For the pilot, samples from multiple rare disease cohorts that have remained unsolved using short-read whole-exome sequencing will be examined using HiFi whole-genome sequencing (WGS), PacBio said. The study will also explore epigenetic variation by measuring DNA methylation. PacBio will collaborate with Boston Children's on data analysis, a company spokesperson said.
So far, 48 rare disease cohorts have joined the CRDC, according to PacBio, and nearly 10,000 rare disease patients and their family members have been sequenced. By re-analyzing selected samples from undiagnosed patients, the pilot aims to explore the potential benefits of HiFi WGS in identifying genetic mutations and epigenetic variants associated with rare diseases, such as brain malformations, predisposition to leukemia, congenital hearing loss, epilepsies, and glomerular disease, the firm said.

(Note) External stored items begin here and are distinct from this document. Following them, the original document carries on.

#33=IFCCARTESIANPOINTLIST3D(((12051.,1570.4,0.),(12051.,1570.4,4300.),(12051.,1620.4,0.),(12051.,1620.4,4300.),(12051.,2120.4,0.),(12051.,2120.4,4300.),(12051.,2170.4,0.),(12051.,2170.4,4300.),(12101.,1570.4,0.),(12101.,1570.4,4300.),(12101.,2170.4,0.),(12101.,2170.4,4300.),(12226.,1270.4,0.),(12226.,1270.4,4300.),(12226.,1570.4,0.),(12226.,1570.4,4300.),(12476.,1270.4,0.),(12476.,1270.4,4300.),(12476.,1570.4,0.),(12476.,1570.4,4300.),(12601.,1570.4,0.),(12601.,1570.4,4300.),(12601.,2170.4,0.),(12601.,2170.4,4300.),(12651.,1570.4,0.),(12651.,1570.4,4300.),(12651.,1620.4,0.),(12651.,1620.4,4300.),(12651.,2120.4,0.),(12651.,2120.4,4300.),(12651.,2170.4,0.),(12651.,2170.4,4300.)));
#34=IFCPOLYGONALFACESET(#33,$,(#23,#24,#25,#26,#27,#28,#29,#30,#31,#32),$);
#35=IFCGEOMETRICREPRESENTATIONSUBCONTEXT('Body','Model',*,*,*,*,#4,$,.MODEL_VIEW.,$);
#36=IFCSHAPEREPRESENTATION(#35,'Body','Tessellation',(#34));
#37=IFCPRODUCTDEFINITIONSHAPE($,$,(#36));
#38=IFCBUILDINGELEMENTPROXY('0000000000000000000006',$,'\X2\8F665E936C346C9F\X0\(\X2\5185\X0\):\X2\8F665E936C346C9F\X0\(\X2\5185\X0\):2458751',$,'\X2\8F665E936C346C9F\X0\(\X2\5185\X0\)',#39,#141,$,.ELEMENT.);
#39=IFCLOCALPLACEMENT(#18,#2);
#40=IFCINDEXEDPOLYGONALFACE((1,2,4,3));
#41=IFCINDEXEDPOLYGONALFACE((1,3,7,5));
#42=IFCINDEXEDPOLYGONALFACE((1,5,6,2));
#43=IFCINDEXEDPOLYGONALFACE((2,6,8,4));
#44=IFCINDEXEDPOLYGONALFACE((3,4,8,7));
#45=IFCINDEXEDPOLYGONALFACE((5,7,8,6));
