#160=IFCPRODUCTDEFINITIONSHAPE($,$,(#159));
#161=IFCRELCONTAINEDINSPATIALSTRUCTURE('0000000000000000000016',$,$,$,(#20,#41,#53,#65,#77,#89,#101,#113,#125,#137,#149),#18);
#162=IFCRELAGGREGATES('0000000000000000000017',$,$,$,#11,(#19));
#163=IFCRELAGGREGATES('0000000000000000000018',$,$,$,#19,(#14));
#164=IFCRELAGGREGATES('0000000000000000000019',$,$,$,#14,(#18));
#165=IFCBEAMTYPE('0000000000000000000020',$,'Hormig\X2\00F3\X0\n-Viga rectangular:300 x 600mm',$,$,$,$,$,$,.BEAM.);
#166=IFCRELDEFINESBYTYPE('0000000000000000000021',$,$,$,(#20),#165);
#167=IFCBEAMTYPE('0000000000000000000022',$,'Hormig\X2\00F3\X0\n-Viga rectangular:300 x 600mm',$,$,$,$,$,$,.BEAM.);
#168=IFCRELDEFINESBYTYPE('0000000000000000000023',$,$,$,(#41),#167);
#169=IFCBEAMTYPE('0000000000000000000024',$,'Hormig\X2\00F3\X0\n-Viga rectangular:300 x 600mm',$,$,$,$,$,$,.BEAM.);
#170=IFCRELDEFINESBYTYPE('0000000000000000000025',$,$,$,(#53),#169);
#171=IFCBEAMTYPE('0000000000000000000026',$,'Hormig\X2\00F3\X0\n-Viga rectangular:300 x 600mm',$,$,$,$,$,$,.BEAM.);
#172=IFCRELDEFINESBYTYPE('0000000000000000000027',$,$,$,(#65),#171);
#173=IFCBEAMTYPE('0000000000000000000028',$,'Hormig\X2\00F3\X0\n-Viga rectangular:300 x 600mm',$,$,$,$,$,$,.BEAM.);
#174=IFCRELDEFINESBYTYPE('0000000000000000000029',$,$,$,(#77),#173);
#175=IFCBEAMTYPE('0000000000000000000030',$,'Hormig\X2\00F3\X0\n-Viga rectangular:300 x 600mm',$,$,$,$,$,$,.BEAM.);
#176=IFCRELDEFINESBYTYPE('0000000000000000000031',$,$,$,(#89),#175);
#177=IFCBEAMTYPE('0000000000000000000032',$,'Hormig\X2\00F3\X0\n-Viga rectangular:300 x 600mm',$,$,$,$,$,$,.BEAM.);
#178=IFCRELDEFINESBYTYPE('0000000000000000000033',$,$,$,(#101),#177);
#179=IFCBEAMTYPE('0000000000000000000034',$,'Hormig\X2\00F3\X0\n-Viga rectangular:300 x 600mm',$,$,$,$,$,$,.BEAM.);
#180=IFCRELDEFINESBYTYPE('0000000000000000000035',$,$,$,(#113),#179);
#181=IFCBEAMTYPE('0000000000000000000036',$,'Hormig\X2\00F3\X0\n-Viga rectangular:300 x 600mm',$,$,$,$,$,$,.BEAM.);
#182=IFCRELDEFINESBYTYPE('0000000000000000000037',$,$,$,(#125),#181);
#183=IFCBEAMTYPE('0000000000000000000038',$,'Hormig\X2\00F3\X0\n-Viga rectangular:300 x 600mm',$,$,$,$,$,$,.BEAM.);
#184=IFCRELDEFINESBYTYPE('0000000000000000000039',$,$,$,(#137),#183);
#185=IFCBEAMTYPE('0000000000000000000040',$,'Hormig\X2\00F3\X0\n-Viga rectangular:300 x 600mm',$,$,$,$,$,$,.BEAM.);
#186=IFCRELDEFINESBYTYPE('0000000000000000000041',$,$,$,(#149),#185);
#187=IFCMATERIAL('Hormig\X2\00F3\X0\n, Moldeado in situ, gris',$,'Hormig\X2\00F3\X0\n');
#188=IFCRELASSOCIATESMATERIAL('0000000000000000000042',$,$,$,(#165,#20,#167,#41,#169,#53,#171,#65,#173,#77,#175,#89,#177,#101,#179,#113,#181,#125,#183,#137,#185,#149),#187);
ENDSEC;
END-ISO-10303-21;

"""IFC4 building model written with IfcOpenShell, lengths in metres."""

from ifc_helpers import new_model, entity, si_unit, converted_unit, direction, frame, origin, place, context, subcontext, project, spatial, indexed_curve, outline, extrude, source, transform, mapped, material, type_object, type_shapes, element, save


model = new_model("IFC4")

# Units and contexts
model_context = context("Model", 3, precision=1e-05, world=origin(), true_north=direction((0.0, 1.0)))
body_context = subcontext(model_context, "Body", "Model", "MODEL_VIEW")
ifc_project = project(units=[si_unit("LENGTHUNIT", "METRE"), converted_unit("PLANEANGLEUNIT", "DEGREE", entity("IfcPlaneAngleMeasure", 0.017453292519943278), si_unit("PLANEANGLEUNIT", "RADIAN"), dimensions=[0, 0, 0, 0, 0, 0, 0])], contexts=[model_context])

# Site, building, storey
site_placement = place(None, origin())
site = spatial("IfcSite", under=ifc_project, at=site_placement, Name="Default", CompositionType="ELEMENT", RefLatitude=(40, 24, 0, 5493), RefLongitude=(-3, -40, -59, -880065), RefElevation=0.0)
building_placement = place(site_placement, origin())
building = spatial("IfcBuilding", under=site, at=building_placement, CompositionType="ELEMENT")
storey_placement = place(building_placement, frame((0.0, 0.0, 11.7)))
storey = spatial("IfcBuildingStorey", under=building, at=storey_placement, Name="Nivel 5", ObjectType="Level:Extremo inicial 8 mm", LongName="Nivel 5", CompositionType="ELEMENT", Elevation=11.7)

"HiFi sequencing holds the promise to investigate parts of the genome inaccessible via other technologies," Piotr Sliz, VP and chief research information officer at Boston Children's Hospital, said in a statement. "We hope that HiFi sequencing will enable us to explore variation in parts of the genome that were not previously detected, potentially enabling us to expand our understanding of causative variation in these patients."